Ante la inminente decisión de la Confederación Suramericana de quitarle definitivamente la sede del torneo, el Gobierno de Iván Duque para no dar el brazo a torcer, intentó un aplazamiento que a nuestro juicio resultaba demasiado improcedente. Dicho aplazamiento pudo haberse solicitado con anticipación y no cuando el tiempo se acortó al extremo para los organizadores con la Conmebol a la cabeza.

Ni siquiera el fútbol doméstico tiene garantía de cumplir su cometido total. No es solo la pandemia del Covid 19, ahora y con mucho más rigor, la situación social que nos envuelve desde el pasado 28 de abril y en el que la población civil ha colocado más de 45 muertos, muchos desaparecidos, otros tantos presos y torturados por una desacertada fuerza policiva, lo que ha llevado a la creencia de que no era oportuno la realización del evento ahora ni a finales del presente año.

El estadio Metropolitano estaba en disponibilidad como sede del importante certamen  

Recientes muestras en ciudades como Barranquilla, Cali, Pereira y Bogotá que obligaron a  suspensiones o traslado de juegos de fútbol de la liga a otros escenarios y de Copa Libertadores a estadios internacionales son evidencias del alto riesgo que se puede correr frente al conflicto nacional. En Colombia, las jornadas semifinales y finales del torneo profesional aún no tienen fechas definidas para su cumplimiento. 

Mucho menos resultaría  seguir insistiendo, como lo pretendía el Presidente Iván Duque, el Ministro de Deportes Ernesto Lucena y en general todo el gobierno de realizar en noviembre la Copa América.

No se puede ocultar el sol con las manos; igual no podemos disimular en el concierto mundial lo que está ocurriendo en nuestra Nación, con un desacertado mandato gubernamental que pretende demostrar que aquí no pasa nada. 

Organismos internacionales como la ONU, Derechos Humanos, y Comunidad Europea, exigen al gobierno cambiar la actitud represora y criminal a un pueblo urgido de mejor trato y no que sea sometido a la fuerza a preceptos dictatoriales.

No solo fue por la imprudente, equivocada y pretendida Reforma Tributaria la que rebosó la copa; también la Reforma a la Salud, por suerte igualmente sepultada en el Congreso. Todo va más allá: los colombianos también protestan por la pretendida reforma a la pensión que no es más que otro mazazo al bolsillo de quienes humildemente gozan y otros que aspiran a su justa pensión. 

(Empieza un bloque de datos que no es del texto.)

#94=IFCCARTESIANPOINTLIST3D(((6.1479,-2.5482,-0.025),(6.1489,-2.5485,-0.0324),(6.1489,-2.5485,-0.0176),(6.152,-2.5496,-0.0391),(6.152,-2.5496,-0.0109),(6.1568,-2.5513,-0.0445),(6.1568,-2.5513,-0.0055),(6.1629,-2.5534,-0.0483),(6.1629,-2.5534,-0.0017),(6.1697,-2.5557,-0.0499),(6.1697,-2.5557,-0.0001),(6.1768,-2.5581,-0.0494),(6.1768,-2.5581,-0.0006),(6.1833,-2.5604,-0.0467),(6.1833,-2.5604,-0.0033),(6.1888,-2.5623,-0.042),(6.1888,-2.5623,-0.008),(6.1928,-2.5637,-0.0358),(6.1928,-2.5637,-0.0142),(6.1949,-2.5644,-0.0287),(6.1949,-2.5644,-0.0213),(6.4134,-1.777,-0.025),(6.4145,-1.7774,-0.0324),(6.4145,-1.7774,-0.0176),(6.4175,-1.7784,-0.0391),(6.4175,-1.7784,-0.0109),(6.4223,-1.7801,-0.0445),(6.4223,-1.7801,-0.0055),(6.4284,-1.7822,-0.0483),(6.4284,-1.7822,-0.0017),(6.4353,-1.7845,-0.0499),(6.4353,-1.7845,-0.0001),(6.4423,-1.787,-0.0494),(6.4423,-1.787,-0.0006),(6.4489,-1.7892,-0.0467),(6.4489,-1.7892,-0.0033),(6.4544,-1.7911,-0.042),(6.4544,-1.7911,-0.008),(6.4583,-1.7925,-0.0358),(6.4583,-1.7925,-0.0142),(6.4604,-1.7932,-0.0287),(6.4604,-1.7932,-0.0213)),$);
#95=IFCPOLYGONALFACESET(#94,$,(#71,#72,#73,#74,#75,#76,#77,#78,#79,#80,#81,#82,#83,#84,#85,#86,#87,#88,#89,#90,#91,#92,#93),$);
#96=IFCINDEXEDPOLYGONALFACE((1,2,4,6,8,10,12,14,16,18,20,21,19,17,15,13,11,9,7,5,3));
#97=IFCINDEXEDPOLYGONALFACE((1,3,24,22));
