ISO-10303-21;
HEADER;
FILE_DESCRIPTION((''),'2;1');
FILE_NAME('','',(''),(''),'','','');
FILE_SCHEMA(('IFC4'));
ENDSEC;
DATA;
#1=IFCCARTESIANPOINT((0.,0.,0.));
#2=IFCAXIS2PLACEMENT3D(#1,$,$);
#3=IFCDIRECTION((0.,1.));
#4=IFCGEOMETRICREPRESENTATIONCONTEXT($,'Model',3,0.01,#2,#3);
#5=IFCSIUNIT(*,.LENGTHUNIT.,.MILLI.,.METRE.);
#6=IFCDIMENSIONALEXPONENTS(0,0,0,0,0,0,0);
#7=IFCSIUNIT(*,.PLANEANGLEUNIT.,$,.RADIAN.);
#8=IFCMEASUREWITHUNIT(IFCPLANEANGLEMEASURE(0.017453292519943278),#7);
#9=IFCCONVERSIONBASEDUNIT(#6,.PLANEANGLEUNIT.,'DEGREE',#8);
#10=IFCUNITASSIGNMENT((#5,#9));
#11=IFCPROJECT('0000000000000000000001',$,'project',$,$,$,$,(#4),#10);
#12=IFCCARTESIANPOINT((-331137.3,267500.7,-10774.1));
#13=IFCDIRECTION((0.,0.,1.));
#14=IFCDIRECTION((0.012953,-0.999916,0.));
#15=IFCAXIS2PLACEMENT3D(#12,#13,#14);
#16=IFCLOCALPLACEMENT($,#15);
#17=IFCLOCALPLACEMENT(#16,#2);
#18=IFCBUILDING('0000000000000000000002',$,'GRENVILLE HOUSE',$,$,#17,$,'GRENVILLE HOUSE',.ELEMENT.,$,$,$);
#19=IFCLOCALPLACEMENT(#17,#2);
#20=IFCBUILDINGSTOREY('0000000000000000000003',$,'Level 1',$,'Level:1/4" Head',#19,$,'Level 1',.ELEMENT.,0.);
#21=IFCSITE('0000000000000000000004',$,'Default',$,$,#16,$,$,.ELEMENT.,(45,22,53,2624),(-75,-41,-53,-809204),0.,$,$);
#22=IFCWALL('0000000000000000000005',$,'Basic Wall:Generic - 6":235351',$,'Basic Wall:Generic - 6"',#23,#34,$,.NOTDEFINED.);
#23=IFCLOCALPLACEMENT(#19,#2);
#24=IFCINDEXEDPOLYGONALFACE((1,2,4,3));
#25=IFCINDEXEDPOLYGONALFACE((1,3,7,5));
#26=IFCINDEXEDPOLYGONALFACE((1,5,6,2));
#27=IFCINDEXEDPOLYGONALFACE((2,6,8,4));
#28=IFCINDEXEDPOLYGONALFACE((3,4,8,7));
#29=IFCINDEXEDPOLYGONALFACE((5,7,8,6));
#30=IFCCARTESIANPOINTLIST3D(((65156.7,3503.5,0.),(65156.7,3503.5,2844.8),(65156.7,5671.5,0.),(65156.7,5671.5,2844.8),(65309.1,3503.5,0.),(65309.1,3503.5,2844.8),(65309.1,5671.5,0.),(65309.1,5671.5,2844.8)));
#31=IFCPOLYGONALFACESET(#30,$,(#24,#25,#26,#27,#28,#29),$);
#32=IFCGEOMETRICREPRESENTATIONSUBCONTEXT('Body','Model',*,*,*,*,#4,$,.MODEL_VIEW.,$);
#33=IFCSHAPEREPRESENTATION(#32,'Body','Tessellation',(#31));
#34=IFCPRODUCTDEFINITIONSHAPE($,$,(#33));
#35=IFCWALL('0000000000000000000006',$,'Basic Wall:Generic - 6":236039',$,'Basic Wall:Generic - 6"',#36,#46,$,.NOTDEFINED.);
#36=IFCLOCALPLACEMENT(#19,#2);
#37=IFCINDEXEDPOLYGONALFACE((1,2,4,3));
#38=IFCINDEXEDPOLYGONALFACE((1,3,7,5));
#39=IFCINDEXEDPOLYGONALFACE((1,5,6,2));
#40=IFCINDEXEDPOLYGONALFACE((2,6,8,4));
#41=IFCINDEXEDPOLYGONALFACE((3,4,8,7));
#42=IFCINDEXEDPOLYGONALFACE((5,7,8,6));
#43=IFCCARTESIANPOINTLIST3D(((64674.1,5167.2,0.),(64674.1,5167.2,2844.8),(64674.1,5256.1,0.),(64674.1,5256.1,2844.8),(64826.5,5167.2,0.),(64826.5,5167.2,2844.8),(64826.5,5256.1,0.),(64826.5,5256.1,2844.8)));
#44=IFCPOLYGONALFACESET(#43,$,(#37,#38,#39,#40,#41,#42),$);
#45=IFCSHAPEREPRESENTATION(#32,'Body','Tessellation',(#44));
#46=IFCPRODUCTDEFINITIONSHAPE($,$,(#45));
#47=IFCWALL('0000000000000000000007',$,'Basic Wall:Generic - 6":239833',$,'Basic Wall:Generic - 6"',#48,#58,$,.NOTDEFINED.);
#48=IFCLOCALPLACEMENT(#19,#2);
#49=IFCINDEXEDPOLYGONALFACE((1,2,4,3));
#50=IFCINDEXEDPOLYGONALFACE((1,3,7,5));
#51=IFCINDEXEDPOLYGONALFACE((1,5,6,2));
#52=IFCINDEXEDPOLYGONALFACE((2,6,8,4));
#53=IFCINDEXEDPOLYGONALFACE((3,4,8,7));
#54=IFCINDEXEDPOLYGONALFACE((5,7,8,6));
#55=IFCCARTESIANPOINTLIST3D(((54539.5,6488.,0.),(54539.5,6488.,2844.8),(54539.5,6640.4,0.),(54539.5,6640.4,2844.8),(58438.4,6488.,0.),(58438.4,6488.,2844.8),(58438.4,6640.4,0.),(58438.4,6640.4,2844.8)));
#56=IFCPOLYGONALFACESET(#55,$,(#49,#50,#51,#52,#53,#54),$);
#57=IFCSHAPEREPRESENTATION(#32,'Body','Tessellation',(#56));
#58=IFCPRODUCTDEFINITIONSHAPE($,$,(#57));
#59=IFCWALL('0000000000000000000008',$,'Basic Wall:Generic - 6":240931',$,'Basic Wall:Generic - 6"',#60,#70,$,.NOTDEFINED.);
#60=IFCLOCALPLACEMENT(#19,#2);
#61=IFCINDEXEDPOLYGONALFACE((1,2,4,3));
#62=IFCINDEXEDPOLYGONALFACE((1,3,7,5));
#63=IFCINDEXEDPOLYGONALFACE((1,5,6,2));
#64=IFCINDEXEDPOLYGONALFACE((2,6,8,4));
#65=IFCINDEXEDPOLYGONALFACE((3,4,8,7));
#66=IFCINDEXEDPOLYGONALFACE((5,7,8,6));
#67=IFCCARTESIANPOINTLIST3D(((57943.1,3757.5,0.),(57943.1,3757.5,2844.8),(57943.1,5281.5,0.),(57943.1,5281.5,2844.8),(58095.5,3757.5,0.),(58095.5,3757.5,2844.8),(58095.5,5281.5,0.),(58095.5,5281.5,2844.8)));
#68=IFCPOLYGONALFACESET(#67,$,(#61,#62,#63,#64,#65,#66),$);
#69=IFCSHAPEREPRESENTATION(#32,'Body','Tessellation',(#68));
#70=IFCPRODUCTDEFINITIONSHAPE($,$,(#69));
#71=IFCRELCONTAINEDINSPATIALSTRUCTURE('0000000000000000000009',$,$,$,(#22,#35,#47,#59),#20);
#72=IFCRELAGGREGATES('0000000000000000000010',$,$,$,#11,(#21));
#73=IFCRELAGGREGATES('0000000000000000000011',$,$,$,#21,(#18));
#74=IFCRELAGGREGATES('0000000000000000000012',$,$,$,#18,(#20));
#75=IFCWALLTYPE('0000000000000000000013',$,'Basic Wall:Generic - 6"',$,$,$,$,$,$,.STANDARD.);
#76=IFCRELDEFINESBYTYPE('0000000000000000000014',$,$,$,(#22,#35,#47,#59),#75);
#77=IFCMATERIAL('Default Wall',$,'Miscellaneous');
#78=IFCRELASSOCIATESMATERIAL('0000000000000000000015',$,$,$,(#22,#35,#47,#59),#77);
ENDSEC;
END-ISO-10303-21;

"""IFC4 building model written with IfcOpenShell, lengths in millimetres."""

from ifc_helpers import new_model, entity, si_unit, converted_unit, direction, frame, origin, place, context, subcontext, project, spatial, indexed_curve, outline, extrude, material, type_object, element, save


model = new_model("IFC4")

# Units and contexts
model_context = context("Model", 3, precision=0.01, world=origin(), true_north=direction((0.0, 1.0)))
body_context = subcontext(model_context, "Body", "Model", "MODEL_VIEW")
ifc_project = project(units=[si_unit("LENGTHUNIT", "METRE", prefix="MILLI"), converted_unit("PLANEANGLEUNIT", "DEGREE", entity("IfcPlaneAngleMeasure", 0.017453292519943278), si_unit("PLANEANGLEUNIT", "RADIAN"), dimensions=[0, 0, 0, 0, 0, 0, 0])], contexts=[model_context])

# Site, building, storey
site_placement = place(None, frame((-331137.3, 267500.7, -10774.1), z_axis=(0.0, 0.0, 1.0), x_axis=(0.012953, -0.999916, 0.0)))
site = spatial("IfcSite", under=ifc_project, at=site_placement, Name="Default", CompositionType="ELEMENT", RefLatitude=(45, 22, 53, 2624), RefLongitude=(-75, -41, -53, -809204), RefElevation=0.0)
building_placement = place(site_placement, origin())
building = spatial("IfcBuilding", under=site, at=building_placement, Name="GRENVILLE HOUSE", LongName="GRENVILLE HOUSE", CompositionType="ELEMENT")
storey_placement = place(building_placement, origin())
storey = spatial("IfcBuildingStorey", under=building, at=storey_placement, Name="Level 1", ObjectType="Level:1/4\" Head", LongName="Level 1", CompositionType="ELEMENT", Elevation=0.0)

# Walls
ifc_material_1 = material(Name="Default Wall", Category="Miscellaneous")
wall_type = type_object("IfcWallType", Name="Basic Wall:Generic - 6\"", PredefinedType="STANDARD")
wall_1_placement = place(storey_placement, frame((65232.9, 5671.5, 0.0), z_axis=(0.0, 0.0, 1.0), x_axis=(0.0, -1.0, 0.0)))
element("IfcWall", 1, at=wall_1_placement, inside=storey, type_object=wall_type, material=ifc_material_1, Name="Basic Wall:Generic - 6\":235351", ObjectType="Basic Wall:Generic - 6\"", PredefinedType="NOTDEFINED", context=body_context, shape_type="SweptSolid", body=[
    extrude(outline(indexed_curve([(2168.0, 76.2), (0.0, 76.2), (0.0, -76.2), (2168.0, -76.2), (2168.0, 76.2)], self_intersect=False)), origin(), (0.0, 0.0, 1.0), 2844.8),
])
wall_2_placement = place(storey_placement, frame((64750.3, 5167.2, 0.0), z_axis=(0.0, 0.0, 1.0), x_axis=(0.0, 1.0, 0.0)))
element("IfcWall", 2, at=wall_2_placement, inside=storey, type_object=wall_type, material=ifc_material_1, Name="Basic Wall:Generic - 6\":236039", ObjectType="Basic Wall:Generic - 6\"", PredefinedType="NOTDEFINED", context=body_context, shape_type="SweptSolid", body=[
    extrude(outline(indexed_curve([(88.9, 76.2), (0.0, 76.2), (0.0, -76.2), (88.9, -76.2), (88.9, 76.2)], self_intersect=False)), origin(), (0.0, 0.0, 1.0), 2844.8),
])
wall_3_placement = place(storey_placement, frame((58438.4, 6564.2, 0.0), z_axis=(0.0, 0.0, 1.0), x_axis=(-1.0, 0.0, 0.0)))
element("IfcWall", 3, at=wall_3_placement, inside=storey, type_object=wall_type, material=ifc_material_1, Name="Basic Wall:Generic - 6\":239833", ObjectType="Basic Wall:Generic - 6\"", PredefinedType="NOTDEFINED", context=body_context, shape_type="SweptSolid", body=[
    extrude(outline(indexed_curve([(3898.9, 76.2), (0.0, 76.2), (0.0, -76.2), (3898.9, -76.2), (3898.9, 76.2)], self_intersect=False)), origin(), (0.0, 0.0, 1.0), 2844.8),
])
wall_4_placement = place(storey_placement, frame((58019.3, 5281.5, 0.0), z_axis=(0.0, 0.0, 1.0), x_axis=(0.0, -1.0, 0.0)))
element("IfcWall", 4, at=wall_4_placement, inside=storey, type_object=wall_type, material=ifc_material_1, Name="Basic Wall:Generic - 6\":240931", ObjectType="Basic Wall:Generic - 6\"", PredefinedType="NOTDEFINED", context=body_context, shape_type="SweptSolid", body=[
    extrude(outline(indexed_curve([(1524.0, 76.2), (0.0, 76.2), (0.0, -76.2), (1524.0, -76.2), (1524.0, 76.2)], self_intersect=False)), origin(), (0.0, 0.0, 1.0), 2844.8),
])

save(model, "model.ifc")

La inequidad, injusticias, el desempleo, desatención en salud, y el sometimiento cada vez más dictatorial no es cosa del presente; ha venido minando desde hace décadas de gobiernos indecentes que han desfalcado el erario público en beneficio de unos pocos y en detrimento máximo a los casi 50 millones de habitantes de Colombia.

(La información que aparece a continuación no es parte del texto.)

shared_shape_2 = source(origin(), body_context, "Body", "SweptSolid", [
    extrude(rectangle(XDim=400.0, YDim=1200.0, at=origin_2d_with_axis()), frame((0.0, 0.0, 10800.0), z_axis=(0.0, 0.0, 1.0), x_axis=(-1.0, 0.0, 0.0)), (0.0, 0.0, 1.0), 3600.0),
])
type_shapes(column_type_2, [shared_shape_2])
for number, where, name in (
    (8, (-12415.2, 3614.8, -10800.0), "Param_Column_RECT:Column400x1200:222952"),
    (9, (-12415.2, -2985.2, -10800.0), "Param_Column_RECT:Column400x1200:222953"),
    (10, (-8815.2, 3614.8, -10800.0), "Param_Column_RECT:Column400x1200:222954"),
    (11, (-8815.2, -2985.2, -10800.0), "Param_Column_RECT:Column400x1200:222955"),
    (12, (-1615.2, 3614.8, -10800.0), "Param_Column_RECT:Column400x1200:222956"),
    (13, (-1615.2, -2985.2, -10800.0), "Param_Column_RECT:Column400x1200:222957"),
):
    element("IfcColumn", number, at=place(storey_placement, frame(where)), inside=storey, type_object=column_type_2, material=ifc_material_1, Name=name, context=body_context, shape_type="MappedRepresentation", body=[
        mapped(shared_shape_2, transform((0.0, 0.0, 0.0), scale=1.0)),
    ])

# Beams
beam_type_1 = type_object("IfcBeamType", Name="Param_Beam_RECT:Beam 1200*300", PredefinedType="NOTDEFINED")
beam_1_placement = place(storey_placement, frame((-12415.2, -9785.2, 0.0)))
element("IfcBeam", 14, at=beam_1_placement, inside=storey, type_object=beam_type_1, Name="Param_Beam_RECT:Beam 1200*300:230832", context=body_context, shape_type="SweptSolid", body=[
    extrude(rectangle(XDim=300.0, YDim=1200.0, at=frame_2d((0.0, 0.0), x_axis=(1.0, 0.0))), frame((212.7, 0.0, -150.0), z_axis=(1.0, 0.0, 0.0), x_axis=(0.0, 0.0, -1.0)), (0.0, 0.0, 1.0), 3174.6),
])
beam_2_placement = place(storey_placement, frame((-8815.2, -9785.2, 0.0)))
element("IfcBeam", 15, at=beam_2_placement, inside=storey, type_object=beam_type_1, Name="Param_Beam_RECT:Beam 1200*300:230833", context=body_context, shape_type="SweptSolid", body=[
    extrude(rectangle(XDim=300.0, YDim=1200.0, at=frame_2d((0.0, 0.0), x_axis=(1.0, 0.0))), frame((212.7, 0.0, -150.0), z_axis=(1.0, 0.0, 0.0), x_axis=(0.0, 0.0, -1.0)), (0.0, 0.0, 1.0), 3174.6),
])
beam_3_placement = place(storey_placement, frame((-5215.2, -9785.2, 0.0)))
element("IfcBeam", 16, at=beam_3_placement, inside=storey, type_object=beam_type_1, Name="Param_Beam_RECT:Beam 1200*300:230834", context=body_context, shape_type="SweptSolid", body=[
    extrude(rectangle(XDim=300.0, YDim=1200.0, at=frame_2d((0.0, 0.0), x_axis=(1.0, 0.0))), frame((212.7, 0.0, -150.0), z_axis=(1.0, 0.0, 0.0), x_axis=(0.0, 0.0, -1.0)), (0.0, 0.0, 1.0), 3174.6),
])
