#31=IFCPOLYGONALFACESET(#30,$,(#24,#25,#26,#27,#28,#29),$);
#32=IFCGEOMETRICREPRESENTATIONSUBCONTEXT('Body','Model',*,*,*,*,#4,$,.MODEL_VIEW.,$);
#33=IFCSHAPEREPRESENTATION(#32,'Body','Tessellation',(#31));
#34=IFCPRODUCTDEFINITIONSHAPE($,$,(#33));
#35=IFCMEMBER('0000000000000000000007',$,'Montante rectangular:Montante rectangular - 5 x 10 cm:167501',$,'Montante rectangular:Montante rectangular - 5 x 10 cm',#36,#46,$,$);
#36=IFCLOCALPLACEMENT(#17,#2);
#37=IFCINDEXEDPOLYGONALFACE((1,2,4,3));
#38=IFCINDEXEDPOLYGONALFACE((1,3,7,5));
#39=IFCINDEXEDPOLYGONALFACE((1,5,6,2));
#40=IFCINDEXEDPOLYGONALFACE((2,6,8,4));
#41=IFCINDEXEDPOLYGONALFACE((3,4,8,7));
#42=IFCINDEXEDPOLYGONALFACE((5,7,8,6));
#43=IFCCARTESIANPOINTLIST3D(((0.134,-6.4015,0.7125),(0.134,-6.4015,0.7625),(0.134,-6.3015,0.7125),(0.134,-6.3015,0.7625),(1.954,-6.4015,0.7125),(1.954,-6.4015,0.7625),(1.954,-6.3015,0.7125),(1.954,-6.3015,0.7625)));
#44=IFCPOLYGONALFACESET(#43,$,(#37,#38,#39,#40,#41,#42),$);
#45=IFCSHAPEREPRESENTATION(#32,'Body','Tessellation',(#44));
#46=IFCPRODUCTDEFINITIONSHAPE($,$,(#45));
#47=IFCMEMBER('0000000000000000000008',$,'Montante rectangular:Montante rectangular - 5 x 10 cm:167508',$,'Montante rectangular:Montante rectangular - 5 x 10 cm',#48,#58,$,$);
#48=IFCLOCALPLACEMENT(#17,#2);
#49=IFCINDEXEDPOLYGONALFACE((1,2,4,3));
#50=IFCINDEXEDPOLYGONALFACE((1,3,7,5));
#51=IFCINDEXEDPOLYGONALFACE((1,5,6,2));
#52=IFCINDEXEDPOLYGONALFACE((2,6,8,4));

Y, aunque el paro y las protestas pudieran levantarse en próximas horas, lo que no parece cercano dada la posición terca y dominante del gobierno, el pueblo parece haber despertado del letargo en que ha estado sumido y decidido está a seguir manifestándose en las calles aún a riesgo de tratos desproporcionados, crueles, de tortura, muertes y desapariciones con responsabilidad del Estado. 

Los países vecinos de Suramérica son conscientes de la dramática situación y ya oficialmente algunos gobiernos de selecciones participantes habían condicionado su participación si el torneo se cumplía en Colombia. 

Un aplazamiento demandaría largos meses. Y en tal sentido, como lo decidió  la Conmebol en las últimas horas, otras sedes como Argentina, Chile o Paraguay están aptas para el certamen continental a partir del próximo mes.

La marginación de Colombia como sede del evento, se constituye sin duda, en un nuevo fracaso del Presidente Duque y su Gobierno.